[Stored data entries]

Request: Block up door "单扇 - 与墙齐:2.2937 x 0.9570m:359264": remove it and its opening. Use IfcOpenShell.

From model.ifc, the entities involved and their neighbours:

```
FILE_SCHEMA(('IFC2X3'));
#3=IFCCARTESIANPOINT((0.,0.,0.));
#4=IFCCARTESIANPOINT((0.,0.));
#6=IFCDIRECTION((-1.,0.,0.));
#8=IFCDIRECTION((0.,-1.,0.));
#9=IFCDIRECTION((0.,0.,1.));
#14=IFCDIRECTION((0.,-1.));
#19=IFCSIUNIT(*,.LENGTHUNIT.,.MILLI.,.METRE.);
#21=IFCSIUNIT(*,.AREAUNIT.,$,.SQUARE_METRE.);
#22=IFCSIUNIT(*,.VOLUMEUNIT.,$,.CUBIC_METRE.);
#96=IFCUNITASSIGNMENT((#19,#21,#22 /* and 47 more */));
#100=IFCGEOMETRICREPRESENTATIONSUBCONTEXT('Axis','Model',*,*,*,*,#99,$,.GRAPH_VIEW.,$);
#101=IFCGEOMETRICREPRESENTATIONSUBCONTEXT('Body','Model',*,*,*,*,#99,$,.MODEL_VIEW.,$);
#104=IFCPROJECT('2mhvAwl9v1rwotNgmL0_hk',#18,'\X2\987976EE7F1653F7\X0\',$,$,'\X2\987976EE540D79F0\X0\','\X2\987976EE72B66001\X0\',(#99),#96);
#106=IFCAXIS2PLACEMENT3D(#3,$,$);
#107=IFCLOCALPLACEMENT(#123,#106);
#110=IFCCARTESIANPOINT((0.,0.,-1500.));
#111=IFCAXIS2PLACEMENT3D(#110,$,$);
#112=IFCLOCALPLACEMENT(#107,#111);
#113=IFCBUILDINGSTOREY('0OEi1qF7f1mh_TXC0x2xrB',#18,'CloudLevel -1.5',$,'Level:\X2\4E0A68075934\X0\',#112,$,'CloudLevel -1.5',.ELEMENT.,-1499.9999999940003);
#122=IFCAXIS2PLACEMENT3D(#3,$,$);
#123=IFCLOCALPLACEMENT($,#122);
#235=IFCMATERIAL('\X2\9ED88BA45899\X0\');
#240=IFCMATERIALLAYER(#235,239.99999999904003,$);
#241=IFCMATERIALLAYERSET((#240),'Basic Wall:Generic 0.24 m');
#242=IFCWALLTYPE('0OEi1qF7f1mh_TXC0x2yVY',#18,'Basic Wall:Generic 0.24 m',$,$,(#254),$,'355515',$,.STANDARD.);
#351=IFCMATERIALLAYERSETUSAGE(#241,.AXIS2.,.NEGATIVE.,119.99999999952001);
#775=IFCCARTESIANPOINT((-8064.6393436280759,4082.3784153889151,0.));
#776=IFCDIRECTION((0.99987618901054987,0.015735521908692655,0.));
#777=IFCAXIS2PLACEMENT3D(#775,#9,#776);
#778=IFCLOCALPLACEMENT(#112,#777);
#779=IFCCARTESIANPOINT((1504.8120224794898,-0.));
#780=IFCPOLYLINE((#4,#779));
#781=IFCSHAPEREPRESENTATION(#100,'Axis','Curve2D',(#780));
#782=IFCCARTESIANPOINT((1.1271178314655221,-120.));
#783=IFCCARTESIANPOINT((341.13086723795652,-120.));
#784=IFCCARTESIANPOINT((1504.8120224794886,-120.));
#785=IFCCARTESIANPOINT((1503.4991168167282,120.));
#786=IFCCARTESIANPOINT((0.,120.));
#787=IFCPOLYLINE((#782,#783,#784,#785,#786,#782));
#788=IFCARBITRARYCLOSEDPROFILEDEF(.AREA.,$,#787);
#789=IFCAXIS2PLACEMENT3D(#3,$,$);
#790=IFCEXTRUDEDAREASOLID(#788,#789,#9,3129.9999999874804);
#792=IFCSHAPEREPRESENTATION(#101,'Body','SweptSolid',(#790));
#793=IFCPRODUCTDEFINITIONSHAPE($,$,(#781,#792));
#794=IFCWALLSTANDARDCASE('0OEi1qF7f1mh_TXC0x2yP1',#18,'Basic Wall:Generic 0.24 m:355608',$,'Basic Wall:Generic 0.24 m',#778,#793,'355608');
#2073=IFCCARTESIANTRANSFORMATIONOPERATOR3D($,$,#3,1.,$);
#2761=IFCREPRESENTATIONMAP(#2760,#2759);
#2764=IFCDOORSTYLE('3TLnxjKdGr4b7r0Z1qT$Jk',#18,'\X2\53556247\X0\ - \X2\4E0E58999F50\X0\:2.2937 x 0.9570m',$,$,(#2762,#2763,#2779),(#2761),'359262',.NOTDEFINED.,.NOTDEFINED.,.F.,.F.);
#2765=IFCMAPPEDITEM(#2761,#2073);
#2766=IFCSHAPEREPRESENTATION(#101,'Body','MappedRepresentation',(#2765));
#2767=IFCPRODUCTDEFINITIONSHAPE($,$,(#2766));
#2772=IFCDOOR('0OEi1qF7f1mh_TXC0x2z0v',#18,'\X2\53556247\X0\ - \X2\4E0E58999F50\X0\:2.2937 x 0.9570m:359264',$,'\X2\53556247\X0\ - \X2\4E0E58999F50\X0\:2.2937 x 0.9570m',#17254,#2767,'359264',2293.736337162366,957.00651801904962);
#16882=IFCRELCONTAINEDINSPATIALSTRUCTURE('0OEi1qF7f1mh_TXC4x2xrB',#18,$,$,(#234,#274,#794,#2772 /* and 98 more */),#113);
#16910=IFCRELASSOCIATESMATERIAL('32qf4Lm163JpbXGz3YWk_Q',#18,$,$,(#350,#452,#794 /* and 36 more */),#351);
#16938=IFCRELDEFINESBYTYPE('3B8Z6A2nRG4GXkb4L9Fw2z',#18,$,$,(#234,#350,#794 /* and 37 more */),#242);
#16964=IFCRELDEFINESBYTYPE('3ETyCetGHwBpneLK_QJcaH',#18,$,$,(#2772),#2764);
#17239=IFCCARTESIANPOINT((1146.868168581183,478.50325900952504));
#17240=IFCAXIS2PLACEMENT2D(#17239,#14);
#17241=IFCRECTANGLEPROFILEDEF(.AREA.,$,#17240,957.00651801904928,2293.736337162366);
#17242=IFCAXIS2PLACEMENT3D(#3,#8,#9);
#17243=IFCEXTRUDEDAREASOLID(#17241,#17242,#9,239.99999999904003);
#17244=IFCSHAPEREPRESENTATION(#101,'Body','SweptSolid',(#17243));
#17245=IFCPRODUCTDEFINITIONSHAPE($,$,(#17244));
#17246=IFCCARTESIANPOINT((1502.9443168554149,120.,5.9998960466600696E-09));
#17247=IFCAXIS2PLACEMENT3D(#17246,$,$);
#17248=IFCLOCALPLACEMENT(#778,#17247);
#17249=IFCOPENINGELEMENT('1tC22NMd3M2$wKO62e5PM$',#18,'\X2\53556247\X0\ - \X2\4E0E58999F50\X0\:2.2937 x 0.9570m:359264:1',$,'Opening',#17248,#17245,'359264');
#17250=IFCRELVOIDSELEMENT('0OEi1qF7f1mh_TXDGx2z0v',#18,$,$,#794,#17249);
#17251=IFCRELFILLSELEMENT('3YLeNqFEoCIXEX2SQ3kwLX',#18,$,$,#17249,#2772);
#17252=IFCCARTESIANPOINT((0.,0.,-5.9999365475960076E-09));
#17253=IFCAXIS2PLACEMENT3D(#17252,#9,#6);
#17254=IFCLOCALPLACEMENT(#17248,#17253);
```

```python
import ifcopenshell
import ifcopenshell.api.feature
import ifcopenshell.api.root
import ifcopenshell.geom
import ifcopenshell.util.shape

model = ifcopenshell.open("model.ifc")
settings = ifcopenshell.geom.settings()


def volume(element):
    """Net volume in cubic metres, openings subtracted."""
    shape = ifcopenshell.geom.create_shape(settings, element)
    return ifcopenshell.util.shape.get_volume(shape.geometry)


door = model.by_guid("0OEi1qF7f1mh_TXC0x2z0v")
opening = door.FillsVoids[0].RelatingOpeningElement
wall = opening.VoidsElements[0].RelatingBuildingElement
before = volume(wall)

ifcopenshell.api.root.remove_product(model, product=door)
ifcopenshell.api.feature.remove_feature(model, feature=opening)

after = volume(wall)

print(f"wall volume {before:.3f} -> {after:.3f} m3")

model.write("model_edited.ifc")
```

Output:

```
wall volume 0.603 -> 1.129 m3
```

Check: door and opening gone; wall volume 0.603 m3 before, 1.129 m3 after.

---

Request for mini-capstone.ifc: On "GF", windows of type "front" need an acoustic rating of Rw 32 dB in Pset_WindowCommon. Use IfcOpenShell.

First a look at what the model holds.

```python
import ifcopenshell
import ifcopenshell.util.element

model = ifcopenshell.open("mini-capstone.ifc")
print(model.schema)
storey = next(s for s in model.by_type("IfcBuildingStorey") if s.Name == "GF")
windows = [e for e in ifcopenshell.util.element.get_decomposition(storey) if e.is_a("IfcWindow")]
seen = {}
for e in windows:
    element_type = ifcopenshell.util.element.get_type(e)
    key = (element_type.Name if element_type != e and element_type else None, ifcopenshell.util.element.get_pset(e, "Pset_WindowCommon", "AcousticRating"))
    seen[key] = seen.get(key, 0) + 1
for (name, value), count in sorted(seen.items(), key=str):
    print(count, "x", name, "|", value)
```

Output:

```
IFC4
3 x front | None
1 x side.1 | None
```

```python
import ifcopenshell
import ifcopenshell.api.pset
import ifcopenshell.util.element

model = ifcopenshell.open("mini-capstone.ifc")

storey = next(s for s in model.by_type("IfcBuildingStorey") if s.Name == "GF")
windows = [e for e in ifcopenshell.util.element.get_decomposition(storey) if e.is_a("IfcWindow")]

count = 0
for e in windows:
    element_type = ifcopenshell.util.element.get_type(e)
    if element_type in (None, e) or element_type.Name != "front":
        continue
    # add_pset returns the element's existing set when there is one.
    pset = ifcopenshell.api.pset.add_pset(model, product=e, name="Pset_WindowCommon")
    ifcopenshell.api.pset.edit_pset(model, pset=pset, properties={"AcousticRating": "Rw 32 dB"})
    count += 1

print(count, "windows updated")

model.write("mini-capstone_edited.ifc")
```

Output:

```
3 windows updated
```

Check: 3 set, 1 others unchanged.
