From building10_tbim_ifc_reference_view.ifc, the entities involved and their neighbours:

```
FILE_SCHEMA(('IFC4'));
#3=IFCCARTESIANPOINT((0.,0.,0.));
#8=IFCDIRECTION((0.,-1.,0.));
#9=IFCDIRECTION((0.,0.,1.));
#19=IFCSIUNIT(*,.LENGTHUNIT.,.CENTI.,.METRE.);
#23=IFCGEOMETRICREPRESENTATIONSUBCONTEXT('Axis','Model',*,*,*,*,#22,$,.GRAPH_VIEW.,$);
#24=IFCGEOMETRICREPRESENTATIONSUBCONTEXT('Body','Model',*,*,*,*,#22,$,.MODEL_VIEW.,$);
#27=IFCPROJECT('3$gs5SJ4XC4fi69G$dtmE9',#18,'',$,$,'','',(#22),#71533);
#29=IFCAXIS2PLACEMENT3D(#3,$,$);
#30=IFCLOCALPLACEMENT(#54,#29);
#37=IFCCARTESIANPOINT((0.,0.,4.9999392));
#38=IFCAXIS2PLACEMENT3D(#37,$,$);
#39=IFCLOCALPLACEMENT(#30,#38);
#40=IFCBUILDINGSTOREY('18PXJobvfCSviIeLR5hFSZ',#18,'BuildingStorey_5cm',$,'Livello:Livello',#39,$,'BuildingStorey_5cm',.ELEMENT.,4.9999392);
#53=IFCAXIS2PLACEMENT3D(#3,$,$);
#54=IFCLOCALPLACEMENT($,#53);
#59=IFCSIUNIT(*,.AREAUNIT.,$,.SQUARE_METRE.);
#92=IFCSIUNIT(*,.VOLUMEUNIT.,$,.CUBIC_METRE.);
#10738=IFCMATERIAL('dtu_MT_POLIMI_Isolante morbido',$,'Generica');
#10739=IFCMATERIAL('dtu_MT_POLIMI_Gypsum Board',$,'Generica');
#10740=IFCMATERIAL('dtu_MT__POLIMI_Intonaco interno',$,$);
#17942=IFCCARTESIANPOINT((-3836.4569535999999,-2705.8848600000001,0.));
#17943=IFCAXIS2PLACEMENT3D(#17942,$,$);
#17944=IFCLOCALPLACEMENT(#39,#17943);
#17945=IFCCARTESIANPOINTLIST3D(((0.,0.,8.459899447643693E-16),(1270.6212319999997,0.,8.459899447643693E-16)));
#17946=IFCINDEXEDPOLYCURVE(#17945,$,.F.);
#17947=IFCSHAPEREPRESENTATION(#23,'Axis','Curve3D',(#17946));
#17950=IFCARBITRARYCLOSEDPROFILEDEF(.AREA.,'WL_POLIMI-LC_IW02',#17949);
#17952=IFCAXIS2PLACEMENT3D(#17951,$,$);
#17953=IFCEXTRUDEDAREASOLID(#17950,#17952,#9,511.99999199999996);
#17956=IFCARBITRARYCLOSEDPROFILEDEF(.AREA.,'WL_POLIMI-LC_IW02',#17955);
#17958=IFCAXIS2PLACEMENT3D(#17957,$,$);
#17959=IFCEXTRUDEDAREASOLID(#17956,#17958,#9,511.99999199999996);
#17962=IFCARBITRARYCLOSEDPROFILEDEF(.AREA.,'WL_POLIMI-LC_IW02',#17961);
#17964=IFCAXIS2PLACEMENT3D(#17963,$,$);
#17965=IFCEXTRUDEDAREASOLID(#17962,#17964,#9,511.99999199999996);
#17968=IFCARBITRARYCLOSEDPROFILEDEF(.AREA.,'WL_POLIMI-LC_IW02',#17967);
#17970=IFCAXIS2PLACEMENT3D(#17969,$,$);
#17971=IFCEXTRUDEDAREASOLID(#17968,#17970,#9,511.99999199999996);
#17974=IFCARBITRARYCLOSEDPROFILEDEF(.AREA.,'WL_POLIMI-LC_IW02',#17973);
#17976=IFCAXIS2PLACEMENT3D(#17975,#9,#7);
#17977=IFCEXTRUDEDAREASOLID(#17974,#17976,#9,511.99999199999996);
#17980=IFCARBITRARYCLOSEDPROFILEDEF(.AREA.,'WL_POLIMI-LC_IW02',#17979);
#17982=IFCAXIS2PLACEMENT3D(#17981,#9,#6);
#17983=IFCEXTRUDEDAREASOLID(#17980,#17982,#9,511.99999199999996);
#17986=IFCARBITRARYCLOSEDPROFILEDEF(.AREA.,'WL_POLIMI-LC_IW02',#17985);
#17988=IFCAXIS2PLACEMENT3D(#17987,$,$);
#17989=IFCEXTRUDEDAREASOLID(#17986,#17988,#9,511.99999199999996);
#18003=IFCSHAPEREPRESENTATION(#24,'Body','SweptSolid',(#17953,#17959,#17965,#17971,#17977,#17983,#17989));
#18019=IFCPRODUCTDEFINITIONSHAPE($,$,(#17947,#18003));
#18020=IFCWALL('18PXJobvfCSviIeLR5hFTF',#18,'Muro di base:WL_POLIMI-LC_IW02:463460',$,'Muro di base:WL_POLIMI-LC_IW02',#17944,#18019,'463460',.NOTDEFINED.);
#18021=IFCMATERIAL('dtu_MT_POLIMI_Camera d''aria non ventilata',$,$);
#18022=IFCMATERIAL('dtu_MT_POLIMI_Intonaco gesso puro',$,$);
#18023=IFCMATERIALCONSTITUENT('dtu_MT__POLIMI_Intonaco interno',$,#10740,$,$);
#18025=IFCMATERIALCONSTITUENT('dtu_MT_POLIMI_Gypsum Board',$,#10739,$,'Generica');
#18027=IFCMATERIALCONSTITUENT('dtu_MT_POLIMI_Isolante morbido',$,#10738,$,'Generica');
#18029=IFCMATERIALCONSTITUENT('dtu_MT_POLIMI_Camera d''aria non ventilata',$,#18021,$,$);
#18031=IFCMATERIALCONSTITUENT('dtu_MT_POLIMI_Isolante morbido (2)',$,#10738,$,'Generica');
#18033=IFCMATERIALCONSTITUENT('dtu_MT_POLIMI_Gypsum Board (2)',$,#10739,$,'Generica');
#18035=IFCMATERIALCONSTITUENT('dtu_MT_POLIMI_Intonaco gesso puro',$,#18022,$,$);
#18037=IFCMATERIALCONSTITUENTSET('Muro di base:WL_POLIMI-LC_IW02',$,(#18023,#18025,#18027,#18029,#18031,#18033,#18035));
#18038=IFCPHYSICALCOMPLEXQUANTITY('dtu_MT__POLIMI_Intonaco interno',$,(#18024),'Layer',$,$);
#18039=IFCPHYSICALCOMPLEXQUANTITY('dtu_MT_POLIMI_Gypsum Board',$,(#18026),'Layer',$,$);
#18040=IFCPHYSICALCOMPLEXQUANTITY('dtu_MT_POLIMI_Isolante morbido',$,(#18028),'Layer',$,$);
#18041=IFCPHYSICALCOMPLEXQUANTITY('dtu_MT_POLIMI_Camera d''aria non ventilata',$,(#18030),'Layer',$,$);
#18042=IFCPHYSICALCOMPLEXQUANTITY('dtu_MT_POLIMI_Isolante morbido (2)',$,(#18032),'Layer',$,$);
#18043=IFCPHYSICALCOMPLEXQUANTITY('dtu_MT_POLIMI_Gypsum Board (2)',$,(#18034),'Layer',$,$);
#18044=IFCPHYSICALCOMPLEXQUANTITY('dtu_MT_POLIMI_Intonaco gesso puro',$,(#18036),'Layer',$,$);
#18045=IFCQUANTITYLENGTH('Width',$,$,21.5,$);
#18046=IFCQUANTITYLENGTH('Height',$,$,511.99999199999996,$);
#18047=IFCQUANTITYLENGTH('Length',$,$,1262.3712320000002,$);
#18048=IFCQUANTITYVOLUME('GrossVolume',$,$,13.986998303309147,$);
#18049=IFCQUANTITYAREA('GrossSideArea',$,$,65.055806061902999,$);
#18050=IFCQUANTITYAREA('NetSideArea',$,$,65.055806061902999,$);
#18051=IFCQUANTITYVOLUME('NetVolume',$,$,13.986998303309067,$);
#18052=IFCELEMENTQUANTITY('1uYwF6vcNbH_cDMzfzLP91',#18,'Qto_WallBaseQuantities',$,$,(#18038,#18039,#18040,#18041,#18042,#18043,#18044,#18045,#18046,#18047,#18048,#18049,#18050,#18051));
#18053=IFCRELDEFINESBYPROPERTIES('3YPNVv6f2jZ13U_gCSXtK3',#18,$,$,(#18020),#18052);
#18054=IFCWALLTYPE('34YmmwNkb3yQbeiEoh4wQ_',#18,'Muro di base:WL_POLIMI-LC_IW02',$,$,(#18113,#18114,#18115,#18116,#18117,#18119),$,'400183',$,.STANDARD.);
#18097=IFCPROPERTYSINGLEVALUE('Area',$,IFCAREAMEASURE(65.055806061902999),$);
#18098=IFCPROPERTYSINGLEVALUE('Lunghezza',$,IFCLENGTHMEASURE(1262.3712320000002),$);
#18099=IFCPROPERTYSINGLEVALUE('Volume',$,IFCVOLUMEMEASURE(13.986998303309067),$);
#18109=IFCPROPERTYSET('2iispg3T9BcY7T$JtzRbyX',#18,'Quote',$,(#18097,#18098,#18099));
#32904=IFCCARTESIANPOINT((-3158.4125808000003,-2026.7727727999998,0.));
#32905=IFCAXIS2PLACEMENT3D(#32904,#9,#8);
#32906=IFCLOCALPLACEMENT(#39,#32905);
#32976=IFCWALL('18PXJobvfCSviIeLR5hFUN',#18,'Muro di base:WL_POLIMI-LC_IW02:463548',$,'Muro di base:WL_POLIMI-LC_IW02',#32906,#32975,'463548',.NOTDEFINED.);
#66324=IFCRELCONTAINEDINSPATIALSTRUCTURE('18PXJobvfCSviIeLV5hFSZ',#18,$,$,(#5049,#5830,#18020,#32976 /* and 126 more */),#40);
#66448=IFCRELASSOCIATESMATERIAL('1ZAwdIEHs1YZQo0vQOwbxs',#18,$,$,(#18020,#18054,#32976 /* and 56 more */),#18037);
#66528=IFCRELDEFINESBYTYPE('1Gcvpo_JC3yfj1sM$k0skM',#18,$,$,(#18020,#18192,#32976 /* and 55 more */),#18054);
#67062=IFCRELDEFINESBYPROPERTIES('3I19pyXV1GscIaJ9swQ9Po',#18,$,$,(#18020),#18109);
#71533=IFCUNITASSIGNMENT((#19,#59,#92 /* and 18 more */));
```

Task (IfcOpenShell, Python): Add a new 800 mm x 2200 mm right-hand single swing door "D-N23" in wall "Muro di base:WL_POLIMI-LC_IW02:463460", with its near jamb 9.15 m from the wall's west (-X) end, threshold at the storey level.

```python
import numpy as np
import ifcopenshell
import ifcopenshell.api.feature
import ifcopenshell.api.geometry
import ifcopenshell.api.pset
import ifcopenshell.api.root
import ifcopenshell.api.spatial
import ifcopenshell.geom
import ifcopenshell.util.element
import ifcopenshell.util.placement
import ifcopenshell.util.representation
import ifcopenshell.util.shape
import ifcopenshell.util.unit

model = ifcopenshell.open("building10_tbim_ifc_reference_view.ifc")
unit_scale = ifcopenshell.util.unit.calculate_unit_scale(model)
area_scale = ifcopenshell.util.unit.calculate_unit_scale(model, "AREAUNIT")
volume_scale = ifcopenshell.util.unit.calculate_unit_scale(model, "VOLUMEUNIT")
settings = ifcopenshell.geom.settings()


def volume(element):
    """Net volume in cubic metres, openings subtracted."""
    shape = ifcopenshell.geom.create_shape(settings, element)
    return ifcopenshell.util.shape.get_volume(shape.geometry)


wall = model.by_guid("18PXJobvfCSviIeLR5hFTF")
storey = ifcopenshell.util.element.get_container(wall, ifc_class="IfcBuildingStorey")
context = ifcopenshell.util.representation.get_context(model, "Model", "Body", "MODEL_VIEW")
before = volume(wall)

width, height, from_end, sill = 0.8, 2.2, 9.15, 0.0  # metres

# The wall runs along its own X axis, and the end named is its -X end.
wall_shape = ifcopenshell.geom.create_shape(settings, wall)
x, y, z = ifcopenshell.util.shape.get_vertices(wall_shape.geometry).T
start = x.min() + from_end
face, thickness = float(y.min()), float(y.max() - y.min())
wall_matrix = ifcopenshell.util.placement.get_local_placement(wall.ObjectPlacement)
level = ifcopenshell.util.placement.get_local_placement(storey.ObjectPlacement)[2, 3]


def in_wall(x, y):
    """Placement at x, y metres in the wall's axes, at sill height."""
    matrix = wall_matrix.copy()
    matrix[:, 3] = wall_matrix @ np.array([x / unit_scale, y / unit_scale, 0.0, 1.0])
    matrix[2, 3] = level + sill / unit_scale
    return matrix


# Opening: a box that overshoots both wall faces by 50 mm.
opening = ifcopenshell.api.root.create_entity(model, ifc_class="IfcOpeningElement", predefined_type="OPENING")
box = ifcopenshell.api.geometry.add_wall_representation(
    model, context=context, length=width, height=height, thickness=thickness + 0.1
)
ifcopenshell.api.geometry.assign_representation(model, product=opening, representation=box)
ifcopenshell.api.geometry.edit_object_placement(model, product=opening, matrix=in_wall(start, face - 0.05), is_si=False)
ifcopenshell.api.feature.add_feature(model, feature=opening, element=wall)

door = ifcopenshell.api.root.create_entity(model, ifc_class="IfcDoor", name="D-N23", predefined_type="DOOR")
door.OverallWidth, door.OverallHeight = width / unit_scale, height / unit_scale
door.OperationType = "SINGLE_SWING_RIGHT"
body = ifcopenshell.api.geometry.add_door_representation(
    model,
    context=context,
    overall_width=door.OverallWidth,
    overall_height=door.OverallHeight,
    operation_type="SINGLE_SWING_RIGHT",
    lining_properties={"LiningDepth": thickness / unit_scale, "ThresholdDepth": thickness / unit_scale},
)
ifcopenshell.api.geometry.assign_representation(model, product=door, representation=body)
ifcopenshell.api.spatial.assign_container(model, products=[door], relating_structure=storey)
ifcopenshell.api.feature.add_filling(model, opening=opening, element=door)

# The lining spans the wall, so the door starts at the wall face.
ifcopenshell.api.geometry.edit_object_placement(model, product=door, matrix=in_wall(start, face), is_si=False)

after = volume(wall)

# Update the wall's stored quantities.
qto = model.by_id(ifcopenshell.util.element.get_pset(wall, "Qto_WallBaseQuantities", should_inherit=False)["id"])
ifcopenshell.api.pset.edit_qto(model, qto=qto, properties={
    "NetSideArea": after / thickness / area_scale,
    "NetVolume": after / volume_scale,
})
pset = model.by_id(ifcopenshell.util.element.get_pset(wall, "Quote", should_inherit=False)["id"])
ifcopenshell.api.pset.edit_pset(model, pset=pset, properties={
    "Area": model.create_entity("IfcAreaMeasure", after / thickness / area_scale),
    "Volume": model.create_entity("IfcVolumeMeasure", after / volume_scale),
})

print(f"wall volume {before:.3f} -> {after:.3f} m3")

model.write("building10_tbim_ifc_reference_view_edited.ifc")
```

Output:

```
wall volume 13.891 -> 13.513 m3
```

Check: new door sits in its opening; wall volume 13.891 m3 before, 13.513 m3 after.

*WHAT IS EXPECTED*. Among the entries, count the lines that hold "entities". Reply with the count only.

*SOLUTION FOR THIS EXERCISE*. 2